Within the entries below, find each line containing the word "IFCRELCONTAINEDINSPATIALSTRUCTURE" and copy it.

Extracted entries
*****
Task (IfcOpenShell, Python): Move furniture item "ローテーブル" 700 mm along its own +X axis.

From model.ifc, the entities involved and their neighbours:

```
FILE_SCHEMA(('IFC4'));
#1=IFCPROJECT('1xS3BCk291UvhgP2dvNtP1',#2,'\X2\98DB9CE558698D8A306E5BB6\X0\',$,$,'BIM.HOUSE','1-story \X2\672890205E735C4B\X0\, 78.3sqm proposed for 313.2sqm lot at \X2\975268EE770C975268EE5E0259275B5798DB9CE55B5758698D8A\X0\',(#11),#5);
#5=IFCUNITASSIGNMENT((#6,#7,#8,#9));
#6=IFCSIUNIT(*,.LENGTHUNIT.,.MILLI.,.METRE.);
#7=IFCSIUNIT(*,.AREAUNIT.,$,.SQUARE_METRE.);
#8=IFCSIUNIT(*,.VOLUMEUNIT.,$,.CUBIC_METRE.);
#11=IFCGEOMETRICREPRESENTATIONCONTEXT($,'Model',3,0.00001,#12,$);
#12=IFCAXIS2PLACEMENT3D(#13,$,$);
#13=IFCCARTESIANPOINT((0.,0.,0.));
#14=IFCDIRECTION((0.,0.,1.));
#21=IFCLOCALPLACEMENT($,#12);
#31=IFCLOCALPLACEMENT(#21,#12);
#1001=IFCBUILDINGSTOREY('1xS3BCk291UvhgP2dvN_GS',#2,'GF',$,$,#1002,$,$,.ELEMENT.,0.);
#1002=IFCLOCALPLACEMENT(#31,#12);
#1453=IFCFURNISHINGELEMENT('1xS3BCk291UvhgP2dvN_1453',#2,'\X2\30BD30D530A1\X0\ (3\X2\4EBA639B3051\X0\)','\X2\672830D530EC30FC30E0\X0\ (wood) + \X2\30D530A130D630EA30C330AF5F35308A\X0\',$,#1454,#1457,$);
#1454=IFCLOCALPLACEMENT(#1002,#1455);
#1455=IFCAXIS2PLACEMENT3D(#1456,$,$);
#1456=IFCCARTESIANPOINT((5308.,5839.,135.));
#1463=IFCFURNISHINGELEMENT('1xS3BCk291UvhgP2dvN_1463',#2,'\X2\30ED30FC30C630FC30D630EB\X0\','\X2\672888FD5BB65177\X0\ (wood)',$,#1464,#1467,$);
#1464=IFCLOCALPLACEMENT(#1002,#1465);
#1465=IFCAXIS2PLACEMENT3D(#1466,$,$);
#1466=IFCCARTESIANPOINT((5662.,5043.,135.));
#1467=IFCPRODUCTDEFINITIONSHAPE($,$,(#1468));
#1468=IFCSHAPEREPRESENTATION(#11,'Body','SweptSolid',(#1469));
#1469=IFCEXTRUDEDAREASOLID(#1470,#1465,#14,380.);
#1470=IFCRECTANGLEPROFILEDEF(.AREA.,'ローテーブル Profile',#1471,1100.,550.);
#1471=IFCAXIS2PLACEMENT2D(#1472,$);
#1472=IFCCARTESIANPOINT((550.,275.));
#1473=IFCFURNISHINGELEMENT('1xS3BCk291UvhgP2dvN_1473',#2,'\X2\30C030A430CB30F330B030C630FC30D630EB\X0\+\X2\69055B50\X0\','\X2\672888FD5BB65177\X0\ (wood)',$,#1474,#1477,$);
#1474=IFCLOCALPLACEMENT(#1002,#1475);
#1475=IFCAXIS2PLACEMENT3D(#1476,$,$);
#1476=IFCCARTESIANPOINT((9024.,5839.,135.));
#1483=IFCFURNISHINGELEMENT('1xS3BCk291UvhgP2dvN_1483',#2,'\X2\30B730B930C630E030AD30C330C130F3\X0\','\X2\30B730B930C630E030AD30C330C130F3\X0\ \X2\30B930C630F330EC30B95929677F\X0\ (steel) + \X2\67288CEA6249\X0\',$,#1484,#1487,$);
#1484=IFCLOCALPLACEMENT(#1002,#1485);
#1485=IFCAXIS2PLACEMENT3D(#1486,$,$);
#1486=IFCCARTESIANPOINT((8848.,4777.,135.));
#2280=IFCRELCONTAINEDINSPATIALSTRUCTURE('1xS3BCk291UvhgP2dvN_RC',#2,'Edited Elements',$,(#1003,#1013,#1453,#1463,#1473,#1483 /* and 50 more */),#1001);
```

```python
import ifcopenshell
import ifcopenshell.api.geometry
import ifcopenshell.util.placement

model = ifcopenshell.open("model.ifc")

item = model.by_guid("1xS3BCk291UvhgP2dvN_1463")
matrix = ifcopenshell.util.placement.get_local_placement(item.ObjectPlacement)
matrix[:3, 3] += matrix[:3, 0] * 700.0
ifcopenshell.api.geometry.edit_object_placement(model, product=item, matrix=matrix, is_si=False)

print(ifcopenshell.util.placement.get_local_placement(item.ObjectPlacement).round(3) + 0.0)

model.write("model_v2.ifc")
```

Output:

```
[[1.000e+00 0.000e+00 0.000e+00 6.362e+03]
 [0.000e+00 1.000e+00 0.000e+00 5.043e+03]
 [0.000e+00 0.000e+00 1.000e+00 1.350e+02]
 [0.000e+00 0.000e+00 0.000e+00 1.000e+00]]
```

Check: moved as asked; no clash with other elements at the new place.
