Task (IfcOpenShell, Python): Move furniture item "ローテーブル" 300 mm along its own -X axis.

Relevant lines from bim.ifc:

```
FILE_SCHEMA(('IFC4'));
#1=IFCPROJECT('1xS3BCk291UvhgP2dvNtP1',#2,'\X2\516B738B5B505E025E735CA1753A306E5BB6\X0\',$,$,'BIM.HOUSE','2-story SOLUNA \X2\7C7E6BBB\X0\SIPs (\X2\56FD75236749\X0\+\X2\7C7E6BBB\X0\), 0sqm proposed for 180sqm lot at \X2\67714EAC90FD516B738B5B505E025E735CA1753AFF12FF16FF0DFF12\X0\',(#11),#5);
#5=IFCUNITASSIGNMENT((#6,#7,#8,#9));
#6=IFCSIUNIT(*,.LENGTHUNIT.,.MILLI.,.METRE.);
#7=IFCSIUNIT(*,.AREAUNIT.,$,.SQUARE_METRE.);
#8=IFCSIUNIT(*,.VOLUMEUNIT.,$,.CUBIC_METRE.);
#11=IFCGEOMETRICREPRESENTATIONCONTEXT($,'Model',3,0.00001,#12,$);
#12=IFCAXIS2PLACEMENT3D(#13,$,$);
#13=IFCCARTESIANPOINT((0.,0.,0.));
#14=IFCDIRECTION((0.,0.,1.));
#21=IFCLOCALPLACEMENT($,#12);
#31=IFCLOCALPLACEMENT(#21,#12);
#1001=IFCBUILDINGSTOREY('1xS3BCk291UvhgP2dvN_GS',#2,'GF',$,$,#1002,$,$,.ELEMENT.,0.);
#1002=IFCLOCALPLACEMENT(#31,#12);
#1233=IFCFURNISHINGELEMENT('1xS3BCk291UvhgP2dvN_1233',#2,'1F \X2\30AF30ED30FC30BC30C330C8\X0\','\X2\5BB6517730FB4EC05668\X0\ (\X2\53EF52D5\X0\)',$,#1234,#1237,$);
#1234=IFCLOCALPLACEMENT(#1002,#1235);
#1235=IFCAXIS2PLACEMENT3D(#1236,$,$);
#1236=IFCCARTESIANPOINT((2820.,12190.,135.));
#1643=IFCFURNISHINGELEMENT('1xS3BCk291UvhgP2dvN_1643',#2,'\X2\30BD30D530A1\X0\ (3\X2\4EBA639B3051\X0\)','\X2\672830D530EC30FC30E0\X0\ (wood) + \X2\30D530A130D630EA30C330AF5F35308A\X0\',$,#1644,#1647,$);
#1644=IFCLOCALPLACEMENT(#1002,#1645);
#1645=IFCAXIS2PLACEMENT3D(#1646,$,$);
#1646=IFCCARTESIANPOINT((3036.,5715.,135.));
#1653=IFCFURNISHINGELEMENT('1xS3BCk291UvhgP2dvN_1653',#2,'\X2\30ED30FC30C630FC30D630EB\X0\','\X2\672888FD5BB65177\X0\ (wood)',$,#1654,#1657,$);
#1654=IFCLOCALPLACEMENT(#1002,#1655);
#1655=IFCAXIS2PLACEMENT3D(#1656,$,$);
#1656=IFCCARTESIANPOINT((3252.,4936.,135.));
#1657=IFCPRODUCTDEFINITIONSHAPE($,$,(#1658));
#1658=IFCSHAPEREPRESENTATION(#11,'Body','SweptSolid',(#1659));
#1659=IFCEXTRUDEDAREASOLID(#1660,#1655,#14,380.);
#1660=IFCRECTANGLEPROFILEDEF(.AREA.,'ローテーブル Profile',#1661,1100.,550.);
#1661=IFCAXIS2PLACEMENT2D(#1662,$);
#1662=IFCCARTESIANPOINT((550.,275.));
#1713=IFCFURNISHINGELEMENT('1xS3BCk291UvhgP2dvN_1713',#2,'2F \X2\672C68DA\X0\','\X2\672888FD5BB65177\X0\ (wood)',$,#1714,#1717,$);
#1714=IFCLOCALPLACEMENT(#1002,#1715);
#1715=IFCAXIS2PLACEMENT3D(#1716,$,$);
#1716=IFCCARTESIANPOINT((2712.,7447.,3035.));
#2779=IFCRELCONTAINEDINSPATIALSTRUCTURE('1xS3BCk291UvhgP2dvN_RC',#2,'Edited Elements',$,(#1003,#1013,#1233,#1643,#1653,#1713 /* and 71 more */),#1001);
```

```python
import ifcopenshell
import ifcopenshell.api.geometry
import ifcopenshell.util.placement

model = ifcopenshell.open("bim.ifc")

item = model.by_guid("1xS3BCk291UvhgP2dvN_1653")
matrix = ifcopenshell.util.placement.get_local_placement(item.ObjectPlacement)
matrix[:3, 3] -= matrix[:3, 0] * 300.0
ifcopenshell.api.geometry.edit_object_placement(model, product=item, matrix=matrix, is_si=False)

print(ifcopenshell.util.placement.get_local_placement(item.ObjectPlacement).round(3) + 0.0)

model.write("bim-out.ifc")
```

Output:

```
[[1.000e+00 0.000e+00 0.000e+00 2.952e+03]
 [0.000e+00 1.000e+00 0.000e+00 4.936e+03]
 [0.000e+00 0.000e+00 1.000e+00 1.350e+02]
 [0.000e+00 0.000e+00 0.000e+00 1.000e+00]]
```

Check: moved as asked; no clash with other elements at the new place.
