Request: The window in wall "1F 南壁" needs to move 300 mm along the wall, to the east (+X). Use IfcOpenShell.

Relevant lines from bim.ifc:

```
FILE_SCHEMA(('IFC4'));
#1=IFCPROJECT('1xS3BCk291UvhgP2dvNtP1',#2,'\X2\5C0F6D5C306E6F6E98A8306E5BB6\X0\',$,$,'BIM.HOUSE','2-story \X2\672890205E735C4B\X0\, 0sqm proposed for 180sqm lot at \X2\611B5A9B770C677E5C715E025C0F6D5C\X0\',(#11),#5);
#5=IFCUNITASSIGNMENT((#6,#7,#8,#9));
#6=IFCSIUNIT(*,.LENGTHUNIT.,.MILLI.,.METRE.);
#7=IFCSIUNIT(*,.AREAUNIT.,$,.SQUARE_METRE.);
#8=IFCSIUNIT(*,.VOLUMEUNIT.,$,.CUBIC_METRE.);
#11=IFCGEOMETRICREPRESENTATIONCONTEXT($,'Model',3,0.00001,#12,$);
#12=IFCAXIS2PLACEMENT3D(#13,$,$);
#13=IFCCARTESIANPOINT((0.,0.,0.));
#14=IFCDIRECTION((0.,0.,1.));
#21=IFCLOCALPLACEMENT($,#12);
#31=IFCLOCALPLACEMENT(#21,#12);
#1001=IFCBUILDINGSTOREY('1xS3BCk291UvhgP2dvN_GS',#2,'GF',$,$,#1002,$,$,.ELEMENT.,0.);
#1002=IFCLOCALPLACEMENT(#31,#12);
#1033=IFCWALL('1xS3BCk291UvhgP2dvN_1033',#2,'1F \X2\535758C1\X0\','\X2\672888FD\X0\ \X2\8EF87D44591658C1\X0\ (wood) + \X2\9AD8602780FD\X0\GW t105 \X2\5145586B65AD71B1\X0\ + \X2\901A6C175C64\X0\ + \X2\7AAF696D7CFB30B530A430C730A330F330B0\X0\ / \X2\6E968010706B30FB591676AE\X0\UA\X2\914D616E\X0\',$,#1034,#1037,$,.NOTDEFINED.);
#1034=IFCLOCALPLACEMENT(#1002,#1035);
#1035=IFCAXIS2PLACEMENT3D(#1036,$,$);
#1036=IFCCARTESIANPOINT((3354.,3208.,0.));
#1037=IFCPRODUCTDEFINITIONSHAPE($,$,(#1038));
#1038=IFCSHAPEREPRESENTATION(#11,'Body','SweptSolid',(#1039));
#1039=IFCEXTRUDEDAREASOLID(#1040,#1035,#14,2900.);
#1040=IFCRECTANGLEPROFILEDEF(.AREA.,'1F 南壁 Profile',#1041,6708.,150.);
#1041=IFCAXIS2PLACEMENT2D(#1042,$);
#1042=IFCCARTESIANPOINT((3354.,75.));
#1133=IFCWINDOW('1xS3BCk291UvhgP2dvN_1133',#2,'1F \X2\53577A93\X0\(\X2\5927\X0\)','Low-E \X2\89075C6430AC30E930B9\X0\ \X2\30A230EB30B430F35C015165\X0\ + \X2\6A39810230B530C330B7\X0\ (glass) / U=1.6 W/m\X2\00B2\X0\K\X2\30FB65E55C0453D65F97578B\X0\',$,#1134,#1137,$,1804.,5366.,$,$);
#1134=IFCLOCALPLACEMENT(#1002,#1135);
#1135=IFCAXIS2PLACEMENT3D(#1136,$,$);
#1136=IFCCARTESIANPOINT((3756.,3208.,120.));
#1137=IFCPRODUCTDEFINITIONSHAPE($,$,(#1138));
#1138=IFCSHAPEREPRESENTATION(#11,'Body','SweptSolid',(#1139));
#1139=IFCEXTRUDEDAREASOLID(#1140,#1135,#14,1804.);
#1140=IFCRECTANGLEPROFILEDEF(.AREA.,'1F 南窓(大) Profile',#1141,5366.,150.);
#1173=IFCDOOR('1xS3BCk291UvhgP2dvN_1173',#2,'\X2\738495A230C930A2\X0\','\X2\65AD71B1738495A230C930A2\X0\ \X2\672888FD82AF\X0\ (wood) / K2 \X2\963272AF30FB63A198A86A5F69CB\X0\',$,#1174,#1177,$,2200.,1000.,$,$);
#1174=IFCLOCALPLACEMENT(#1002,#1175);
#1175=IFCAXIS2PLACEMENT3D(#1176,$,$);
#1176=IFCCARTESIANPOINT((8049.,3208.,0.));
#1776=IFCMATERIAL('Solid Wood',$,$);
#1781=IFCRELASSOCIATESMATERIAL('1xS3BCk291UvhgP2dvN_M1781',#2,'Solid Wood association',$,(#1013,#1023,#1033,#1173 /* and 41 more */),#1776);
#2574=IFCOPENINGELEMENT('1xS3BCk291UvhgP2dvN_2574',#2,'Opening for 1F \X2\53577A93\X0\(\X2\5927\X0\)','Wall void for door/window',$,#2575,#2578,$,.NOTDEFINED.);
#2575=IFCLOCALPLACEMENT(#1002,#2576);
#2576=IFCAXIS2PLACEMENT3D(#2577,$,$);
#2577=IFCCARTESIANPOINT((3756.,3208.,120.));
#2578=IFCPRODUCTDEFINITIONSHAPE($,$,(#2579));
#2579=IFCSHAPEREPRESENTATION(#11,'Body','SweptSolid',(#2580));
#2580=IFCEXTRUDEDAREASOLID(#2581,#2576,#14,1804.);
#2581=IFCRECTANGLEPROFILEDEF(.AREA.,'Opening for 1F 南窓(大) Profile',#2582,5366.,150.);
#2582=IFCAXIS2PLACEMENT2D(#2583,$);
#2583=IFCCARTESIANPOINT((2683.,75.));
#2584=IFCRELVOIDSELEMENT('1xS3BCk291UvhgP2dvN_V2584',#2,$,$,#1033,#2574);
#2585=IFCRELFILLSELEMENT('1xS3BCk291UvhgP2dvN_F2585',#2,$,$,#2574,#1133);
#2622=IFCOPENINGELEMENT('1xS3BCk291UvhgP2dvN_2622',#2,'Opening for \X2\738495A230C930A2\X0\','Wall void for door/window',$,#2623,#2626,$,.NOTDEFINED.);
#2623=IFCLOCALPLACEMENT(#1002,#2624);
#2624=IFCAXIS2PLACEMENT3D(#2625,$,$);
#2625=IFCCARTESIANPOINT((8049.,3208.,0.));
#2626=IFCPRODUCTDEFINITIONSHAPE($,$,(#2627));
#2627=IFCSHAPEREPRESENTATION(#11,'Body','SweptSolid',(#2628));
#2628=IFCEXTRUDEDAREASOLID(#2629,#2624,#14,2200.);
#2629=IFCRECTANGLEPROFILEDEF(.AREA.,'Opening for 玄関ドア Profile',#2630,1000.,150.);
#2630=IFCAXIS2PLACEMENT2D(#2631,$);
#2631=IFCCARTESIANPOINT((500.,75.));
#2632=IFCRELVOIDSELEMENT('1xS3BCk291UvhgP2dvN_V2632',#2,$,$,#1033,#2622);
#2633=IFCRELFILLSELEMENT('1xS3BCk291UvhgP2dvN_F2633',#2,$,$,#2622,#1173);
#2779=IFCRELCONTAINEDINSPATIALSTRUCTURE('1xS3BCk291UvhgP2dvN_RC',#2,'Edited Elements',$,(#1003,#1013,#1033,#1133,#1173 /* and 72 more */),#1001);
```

```python
import ifcopenshell
import ifcopenshell.api.geometry
import ifcopenshell.util.placement
import ifcopenshell.util.unit

model = ifcopenshell.open("bim.ifc")
unit_scale = ifcopenshell.util.unit.calculate_unit_scale(model)

window = model.by_guid("1xS3BCk291UvhgP2dvN_1133")
opening = window.FillsVoids[0].RelatingOpeningElement
wall = opening.VoidsElements[0].RelatingBuildingElement

wall_matrix = ifcopenshell.util.placement.get_local_placement(wall.ObjectPlacement)
shift = wall_matrix[:3, 0] * 0.3 / unit_scale
before = ifcopenshell.util.placement.get_local_placement(window.ObjectPlacement)[:3, 3].copy()

# The window is not placed relative to its opening, so move both.
for product in (opening, window):
    matrix = ifcopenshell.util.placement.get_local_placement(product.ObjectPlacement)
    matrix[:3, 3] += shift
    ifcopenshell.api.geometry.edit_object_placement(model, product=product, matrix=matrix, is_si=False)

after = ifcopenshell.util.placement.get_local_placement(window.ObjectPlacement)[:3, 3]
print("window moved by", (after - before).round(3) + 0.0)

model.write("bim_edited.ifc")
```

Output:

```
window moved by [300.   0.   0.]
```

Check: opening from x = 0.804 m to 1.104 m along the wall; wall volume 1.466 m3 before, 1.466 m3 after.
*****
Answer box
#2280=IFCRELCONTAINEDINSPATIALSTRUCTURE('1xS3BCk291UvhgP2dvN_RC',#2,'Edited Elements',$,(#1003,#1013,#1453,#1463,#1473,#1483 /* and 50 more */),#1001);
#2779=IFCRELCONTAINEDINSPATIALSTRUCTURE('1xS3BCk291UvhgP2dvN_RC',#2,'Edited Elements',$,(#1003,#1013,#1233,#1643,#1653,#1713 /* and 71 more */),#1001);
#2779=IFCRELCONTAINEDINSPATIALSTRUCTURE('1xS3BCk291UvhgP2dvN_RC',#2,'Edited Elements',$,(#1003,#1013,#1033,#1133,#1173 /* and 72 more */),#1001);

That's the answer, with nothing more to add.